### [Records excerpted from a collection]
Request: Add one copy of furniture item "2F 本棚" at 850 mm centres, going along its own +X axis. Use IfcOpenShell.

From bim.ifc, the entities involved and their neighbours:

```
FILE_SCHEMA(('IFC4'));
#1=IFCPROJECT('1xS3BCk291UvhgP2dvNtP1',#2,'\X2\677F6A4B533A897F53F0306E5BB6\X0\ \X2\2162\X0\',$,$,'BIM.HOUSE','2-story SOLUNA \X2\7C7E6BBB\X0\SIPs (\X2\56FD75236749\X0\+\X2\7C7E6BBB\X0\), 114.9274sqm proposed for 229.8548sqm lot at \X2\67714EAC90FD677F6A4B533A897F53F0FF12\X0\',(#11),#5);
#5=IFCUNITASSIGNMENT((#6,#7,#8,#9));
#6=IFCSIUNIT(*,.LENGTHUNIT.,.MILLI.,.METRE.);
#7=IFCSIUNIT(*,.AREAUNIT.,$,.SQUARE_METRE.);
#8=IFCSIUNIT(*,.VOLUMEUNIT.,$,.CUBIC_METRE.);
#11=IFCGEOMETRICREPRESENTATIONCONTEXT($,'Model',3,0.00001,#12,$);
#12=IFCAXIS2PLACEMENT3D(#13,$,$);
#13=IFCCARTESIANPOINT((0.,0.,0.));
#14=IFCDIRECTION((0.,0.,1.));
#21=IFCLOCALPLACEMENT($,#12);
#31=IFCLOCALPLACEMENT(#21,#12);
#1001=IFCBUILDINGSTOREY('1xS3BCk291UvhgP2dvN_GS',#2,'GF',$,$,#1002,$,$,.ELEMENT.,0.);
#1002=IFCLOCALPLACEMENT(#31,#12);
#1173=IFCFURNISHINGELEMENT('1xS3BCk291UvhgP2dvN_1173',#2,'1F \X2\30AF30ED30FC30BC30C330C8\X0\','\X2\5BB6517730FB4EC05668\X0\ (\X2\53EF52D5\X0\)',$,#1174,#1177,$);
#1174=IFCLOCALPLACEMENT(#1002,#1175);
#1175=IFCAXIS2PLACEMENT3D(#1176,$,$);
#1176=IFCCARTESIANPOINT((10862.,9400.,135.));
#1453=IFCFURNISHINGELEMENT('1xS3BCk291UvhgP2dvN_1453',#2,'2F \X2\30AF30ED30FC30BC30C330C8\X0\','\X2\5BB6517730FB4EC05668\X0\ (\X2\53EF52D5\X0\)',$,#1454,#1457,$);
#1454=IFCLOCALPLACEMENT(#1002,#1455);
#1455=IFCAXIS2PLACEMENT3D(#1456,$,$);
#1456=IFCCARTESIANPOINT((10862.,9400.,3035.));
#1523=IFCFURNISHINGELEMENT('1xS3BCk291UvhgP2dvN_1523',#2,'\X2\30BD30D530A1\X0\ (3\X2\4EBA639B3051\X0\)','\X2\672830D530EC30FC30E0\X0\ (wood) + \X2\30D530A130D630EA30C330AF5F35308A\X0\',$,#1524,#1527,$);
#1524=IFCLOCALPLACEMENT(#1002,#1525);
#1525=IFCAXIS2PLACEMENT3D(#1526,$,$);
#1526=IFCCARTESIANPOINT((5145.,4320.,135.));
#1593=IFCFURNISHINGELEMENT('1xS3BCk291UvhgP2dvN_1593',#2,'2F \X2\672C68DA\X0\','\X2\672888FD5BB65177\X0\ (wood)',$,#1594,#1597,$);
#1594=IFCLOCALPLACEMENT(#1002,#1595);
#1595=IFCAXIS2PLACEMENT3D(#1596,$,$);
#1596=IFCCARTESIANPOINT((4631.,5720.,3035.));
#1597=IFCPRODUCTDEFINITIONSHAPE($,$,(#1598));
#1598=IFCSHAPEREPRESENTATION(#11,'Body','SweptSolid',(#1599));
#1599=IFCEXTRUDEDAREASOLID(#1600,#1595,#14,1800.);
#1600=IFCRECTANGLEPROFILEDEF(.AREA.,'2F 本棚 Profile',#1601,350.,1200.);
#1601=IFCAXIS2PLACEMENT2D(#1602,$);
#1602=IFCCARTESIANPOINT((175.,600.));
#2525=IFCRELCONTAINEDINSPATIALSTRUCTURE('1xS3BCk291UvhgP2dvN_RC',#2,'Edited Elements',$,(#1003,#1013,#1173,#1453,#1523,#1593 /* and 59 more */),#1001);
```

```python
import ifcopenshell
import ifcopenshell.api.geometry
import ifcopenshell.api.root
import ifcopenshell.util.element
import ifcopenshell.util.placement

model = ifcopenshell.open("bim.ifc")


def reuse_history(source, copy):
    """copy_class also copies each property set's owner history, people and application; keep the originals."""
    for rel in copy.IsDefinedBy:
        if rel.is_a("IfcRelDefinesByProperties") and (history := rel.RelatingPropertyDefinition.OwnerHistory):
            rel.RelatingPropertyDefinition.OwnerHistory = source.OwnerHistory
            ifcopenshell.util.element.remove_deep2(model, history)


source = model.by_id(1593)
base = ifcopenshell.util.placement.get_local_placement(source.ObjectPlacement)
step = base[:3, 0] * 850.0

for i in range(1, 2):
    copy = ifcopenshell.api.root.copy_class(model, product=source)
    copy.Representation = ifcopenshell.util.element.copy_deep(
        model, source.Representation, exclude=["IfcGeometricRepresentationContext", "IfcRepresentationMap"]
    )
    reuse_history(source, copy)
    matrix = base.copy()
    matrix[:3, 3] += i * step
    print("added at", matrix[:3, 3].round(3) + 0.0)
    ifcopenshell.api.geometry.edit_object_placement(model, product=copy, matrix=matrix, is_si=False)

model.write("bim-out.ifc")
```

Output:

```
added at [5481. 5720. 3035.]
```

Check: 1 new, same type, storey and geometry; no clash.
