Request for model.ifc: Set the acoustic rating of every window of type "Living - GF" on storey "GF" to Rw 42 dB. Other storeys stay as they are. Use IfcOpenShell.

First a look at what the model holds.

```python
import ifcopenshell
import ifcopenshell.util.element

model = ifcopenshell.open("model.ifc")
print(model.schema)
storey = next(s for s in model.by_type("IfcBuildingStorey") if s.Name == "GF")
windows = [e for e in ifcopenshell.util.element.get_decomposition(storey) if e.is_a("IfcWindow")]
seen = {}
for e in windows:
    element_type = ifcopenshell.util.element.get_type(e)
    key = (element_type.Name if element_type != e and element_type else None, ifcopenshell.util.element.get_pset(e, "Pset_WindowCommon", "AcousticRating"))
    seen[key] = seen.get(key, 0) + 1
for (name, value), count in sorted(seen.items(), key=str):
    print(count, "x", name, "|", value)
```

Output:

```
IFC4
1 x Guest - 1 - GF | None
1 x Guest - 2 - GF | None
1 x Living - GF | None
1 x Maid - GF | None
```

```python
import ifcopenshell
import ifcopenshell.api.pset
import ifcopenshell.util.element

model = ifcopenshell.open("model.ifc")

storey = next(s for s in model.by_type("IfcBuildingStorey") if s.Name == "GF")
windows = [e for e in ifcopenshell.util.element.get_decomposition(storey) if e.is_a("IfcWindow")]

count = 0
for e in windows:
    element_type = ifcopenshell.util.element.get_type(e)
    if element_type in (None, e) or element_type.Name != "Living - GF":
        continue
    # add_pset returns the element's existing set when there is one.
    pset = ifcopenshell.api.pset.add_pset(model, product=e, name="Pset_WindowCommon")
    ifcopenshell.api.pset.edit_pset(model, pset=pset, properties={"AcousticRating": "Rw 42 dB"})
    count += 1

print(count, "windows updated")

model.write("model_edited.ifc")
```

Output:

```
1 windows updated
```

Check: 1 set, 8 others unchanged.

### [AIM OF THE EXERCISE]
Whenever a line includes the word "IFCLOCALPLACEMENT", pull it out of the entries.

### [EXPECTED ANSWER]
#21=IFCLOCALPLACEMENT($,#12);
#31=IFCLOCALPLACEMENT(#21,#12);
#1002=IFCLOCALPLACEMENT(#31,#12);
#1174=IFCLOCALPLACEMENT(#1002,#1175);
#1454=IFCLOCALPLACEMENT(#1002,#1455);
#1524=IFCLOCALPLACEMENT(#1002,#1525);
#1594=IFCLOCALPLACEMENT(#1002,#1595);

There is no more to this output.